Appropriate needle selection and injection technique should be followed during intramuscular administration of diclofenac (see section 4.2).
Female fertility:
The use of Abitren Teva 75mg/3 ml may impair female fertility and is not recommended in women attempting to conceive. In women who may have difficulties conceiving or who are undergoing investigation of infertility, withdrawal of Abitren Teva 75mg/3 ml should be considered (see section 4.6 Fertility, pregnancy and lactation).
Excipient(s) with known effect
This medicine contains 600 mg propylene glycol per 3 ml ampoule which is equivalent to 200 mg/ml.
This medicine contains 120 mg benzyl alcohol per 3 ml ampoule which is equivalent to 40 mg/ml.
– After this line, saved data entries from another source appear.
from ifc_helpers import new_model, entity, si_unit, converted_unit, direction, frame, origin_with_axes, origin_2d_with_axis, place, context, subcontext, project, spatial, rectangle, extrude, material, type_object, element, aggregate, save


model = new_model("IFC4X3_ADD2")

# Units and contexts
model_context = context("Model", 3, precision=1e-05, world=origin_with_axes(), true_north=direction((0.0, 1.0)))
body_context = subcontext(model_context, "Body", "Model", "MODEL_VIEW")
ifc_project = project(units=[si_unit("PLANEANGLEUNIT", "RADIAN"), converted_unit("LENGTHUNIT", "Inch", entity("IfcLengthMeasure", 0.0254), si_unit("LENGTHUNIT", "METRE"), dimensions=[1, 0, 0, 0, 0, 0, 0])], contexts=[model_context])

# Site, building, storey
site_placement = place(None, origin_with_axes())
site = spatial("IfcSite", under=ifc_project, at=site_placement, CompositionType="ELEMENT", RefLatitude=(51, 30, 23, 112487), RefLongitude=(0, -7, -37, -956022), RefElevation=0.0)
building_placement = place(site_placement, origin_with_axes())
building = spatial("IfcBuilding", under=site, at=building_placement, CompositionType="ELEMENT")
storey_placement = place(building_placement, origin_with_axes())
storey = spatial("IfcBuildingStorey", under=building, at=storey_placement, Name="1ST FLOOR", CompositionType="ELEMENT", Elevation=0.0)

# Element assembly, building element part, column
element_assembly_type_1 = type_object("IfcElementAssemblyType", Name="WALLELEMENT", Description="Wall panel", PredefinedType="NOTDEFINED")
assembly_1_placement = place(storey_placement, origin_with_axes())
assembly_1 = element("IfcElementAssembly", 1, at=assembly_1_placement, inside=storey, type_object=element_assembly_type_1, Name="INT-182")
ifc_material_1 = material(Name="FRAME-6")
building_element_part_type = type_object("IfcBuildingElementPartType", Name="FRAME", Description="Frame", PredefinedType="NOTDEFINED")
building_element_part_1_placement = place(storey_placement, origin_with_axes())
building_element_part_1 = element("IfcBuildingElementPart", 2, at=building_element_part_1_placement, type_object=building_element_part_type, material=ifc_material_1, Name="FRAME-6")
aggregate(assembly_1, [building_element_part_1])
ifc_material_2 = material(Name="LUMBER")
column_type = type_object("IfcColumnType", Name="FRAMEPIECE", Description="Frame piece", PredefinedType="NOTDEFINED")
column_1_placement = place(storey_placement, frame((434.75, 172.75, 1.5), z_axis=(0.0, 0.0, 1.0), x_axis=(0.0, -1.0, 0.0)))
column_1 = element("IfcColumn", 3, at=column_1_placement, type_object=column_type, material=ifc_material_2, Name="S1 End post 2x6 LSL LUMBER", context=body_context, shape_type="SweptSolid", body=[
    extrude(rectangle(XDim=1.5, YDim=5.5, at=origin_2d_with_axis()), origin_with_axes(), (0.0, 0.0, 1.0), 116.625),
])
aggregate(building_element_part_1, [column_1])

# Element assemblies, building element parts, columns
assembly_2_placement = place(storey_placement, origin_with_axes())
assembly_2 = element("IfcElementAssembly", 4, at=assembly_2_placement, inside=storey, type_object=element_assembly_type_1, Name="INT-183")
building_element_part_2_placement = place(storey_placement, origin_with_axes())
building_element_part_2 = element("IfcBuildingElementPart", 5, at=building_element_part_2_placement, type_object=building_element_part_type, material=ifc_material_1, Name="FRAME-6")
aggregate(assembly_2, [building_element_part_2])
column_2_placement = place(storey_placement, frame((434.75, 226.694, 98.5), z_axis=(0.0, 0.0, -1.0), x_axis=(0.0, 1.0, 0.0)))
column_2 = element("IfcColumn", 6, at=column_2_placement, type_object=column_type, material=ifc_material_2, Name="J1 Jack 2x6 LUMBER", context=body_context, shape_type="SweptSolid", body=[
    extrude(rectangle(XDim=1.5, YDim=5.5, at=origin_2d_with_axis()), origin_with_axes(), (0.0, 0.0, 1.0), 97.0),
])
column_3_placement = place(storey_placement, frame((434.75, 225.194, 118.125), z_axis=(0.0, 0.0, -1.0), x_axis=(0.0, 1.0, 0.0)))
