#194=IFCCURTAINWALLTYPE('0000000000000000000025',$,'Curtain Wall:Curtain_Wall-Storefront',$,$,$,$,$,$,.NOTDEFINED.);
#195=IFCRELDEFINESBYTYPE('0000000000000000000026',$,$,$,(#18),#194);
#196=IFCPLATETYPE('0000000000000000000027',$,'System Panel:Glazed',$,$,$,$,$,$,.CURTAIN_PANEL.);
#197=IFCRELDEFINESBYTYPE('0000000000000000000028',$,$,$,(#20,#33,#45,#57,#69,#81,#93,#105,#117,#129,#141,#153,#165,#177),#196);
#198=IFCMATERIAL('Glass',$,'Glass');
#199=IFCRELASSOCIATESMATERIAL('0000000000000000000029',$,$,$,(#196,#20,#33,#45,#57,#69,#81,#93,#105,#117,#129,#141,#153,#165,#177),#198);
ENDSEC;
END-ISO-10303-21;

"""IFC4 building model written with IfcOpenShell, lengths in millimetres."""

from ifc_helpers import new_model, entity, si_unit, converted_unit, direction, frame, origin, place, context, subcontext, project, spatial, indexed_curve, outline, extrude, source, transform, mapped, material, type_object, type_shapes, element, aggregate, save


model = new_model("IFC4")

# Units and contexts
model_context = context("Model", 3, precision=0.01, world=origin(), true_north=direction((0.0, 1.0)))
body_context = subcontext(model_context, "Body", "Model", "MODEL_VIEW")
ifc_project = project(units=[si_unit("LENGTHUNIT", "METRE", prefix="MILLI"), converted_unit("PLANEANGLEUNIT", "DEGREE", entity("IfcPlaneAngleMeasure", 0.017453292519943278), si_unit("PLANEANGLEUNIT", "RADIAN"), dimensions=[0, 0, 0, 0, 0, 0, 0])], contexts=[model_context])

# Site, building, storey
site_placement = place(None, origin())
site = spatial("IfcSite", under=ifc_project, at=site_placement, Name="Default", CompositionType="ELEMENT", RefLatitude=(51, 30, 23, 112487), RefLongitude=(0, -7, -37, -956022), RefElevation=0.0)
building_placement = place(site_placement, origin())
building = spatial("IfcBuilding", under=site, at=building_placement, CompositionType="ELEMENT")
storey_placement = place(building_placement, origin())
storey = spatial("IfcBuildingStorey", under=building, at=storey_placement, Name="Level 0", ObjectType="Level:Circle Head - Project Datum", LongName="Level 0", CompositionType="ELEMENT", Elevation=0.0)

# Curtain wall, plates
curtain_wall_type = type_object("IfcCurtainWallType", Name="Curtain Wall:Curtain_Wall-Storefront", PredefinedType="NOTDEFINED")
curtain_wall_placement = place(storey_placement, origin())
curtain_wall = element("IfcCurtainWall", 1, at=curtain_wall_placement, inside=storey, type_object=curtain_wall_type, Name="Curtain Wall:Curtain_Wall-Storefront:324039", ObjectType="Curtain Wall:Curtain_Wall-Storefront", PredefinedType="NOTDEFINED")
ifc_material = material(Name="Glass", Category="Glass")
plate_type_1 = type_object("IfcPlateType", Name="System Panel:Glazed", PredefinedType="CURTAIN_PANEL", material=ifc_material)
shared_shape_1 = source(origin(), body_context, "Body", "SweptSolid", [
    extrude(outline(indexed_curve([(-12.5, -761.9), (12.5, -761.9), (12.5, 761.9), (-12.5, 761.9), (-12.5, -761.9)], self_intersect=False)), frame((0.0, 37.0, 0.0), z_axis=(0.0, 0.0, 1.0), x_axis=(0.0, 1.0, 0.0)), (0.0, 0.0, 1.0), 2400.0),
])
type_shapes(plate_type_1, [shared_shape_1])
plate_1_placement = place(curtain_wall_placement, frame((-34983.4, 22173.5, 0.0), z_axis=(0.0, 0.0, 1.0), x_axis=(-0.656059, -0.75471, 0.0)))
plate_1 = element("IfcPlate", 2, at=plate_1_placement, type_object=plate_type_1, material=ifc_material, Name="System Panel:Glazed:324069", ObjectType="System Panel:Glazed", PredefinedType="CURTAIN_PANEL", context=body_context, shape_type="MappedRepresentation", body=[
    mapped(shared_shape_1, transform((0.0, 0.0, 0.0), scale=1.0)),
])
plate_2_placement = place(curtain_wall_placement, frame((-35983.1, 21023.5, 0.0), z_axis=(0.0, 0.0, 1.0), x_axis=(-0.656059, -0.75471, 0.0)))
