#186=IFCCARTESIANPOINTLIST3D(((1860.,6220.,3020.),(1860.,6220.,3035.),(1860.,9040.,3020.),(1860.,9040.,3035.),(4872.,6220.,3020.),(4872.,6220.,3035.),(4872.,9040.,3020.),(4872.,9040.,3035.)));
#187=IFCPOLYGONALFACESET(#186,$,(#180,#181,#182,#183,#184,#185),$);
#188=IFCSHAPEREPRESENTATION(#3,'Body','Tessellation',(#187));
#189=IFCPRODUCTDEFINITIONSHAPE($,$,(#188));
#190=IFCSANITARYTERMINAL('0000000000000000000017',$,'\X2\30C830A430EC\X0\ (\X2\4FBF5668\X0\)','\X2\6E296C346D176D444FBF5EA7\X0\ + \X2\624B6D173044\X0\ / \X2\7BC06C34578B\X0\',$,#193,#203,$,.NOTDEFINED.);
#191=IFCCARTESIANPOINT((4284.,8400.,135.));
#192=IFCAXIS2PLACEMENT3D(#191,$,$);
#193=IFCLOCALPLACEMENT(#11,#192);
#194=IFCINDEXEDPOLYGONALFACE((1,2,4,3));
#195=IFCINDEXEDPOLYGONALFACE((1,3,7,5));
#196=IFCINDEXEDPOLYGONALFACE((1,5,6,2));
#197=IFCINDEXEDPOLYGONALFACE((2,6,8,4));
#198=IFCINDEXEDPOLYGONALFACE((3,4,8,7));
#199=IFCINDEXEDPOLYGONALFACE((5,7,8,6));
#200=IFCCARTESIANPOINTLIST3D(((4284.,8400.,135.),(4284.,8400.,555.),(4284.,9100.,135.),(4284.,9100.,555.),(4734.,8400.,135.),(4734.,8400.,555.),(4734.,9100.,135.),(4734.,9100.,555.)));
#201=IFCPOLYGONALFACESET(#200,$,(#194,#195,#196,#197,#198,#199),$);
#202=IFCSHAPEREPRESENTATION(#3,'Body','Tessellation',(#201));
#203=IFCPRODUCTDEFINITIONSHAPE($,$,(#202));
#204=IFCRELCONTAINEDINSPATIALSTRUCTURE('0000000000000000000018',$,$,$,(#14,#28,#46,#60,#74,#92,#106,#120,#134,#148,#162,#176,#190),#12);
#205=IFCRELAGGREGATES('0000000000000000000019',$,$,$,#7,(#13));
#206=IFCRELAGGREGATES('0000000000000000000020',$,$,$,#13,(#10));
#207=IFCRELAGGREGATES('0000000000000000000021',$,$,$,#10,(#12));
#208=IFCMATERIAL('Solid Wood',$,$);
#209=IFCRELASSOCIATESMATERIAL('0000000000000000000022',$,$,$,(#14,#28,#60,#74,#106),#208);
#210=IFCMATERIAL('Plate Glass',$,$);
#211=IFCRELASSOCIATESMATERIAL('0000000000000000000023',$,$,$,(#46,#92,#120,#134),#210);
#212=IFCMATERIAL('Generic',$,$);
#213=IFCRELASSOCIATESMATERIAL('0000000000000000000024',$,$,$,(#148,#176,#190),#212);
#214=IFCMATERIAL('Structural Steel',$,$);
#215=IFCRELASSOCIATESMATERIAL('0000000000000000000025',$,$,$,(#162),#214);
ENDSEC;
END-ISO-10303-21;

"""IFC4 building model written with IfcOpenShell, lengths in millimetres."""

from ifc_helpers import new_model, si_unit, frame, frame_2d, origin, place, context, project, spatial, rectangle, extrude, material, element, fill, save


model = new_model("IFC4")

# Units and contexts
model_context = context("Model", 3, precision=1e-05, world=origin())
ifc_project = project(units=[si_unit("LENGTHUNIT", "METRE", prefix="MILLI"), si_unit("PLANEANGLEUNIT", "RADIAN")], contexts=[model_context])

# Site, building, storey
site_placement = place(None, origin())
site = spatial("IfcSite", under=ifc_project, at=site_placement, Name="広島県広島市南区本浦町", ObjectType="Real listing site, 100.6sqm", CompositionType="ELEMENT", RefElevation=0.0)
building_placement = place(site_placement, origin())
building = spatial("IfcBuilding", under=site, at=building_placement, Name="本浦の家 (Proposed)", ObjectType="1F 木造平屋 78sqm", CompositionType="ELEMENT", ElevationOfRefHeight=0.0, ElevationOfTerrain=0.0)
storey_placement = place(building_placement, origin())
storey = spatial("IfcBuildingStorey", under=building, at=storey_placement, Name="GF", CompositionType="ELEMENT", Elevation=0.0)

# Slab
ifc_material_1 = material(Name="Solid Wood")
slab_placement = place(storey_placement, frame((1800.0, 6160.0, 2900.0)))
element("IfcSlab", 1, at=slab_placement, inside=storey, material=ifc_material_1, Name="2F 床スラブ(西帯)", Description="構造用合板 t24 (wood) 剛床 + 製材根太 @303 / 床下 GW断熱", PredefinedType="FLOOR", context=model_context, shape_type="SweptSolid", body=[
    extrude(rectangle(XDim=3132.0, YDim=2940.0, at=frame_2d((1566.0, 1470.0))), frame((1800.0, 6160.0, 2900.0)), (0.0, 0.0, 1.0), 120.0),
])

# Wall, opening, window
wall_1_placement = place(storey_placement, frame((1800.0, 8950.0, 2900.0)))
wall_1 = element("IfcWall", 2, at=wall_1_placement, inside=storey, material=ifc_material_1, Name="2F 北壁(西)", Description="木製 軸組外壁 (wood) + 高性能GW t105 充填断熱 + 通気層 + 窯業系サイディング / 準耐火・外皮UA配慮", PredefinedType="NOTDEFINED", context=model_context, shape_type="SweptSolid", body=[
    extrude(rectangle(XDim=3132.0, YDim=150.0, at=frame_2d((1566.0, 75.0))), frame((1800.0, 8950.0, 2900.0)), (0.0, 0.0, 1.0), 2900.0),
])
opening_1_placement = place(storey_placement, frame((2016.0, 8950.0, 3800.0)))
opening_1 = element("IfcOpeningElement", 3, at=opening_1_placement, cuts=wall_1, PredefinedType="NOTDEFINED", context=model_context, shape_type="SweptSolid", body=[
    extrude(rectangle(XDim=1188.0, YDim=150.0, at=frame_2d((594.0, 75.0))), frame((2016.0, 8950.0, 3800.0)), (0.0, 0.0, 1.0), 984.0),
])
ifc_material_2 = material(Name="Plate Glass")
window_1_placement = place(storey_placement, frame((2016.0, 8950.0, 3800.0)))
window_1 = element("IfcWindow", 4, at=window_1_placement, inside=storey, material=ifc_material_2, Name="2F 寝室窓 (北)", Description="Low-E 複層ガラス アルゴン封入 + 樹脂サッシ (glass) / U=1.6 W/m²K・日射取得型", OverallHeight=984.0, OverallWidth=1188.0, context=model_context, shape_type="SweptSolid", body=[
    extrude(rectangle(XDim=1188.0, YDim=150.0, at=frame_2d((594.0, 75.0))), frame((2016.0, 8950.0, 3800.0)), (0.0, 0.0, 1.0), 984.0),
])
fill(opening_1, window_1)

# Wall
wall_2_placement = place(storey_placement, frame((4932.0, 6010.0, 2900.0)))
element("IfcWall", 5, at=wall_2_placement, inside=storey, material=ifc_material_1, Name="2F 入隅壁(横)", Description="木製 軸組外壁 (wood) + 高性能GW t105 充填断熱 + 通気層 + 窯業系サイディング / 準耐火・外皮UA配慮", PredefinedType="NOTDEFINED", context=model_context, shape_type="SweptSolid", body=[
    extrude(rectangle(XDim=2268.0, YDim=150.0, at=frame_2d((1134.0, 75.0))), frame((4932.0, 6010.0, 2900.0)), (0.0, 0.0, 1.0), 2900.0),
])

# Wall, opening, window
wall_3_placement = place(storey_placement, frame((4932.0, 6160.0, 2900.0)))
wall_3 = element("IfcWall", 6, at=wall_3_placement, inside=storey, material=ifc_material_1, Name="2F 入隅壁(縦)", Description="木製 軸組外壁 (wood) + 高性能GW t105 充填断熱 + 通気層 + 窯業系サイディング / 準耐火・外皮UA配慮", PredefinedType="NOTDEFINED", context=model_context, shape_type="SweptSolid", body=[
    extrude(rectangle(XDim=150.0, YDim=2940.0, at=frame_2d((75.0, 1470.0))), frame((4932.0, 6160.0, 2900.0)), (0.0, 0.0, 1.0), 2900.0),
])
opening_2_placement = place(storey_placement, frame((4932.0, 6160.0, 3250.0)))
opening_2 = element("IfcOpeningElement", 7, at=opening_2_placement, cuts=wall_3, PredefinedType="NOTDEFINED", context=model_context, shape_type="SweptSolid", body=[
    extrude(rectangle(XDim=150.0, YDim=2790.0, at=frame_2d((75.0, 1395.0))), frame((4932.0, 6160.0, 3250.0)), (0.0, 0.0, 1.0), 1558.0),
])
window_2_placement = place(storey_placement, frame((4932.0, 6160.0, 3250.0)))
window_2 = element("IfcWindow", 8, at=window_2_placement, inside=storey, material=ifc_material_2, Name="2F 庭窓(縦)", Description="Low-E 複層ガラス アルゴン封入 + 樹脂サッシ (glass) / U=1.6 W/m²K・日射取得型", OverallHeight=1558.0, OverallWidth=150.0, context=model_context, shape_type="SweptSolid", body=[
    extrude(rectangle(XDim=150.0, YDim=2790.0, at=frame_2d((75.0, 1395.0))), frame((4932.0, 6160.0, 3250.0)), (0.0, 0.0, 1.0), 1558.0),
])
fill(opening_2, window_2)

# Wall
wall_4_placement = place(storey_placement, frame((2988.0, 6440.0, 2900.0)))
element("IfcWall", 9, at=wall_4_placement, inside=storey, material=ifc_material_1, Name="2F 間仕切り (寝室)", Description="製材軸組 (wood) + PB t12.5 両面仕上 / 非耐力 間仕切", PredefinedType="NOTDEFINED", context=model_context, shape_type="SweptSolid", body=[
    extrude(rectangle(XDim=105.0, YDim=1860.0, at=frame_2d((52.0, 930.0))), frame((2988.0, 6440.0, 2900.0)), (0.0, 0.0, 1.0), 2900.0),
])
Benzyl alcohol may cause allergic reactions. Ask your doctor or pharmacist for advice if you are pregnant or breast-feeding or if you have liver or kidney disease. This is because large amounts of benzyl alcohol can build up in your body and may cause side effects (called 'metabolic acidosis').
This medicine contains less than 1mmol sodium (23 mg) per 3 ml ampoule, that is to say essentially 'sodium-free'.

Effects on Driving

4.7    Effects on ability to drive and use machines

Patients who experience visual disturbances, dizziness, vertigo, somnolence, central nervous system disturbances, drowsiness or fatigue while taking NSAIDs should refrain from driving or operating machinery.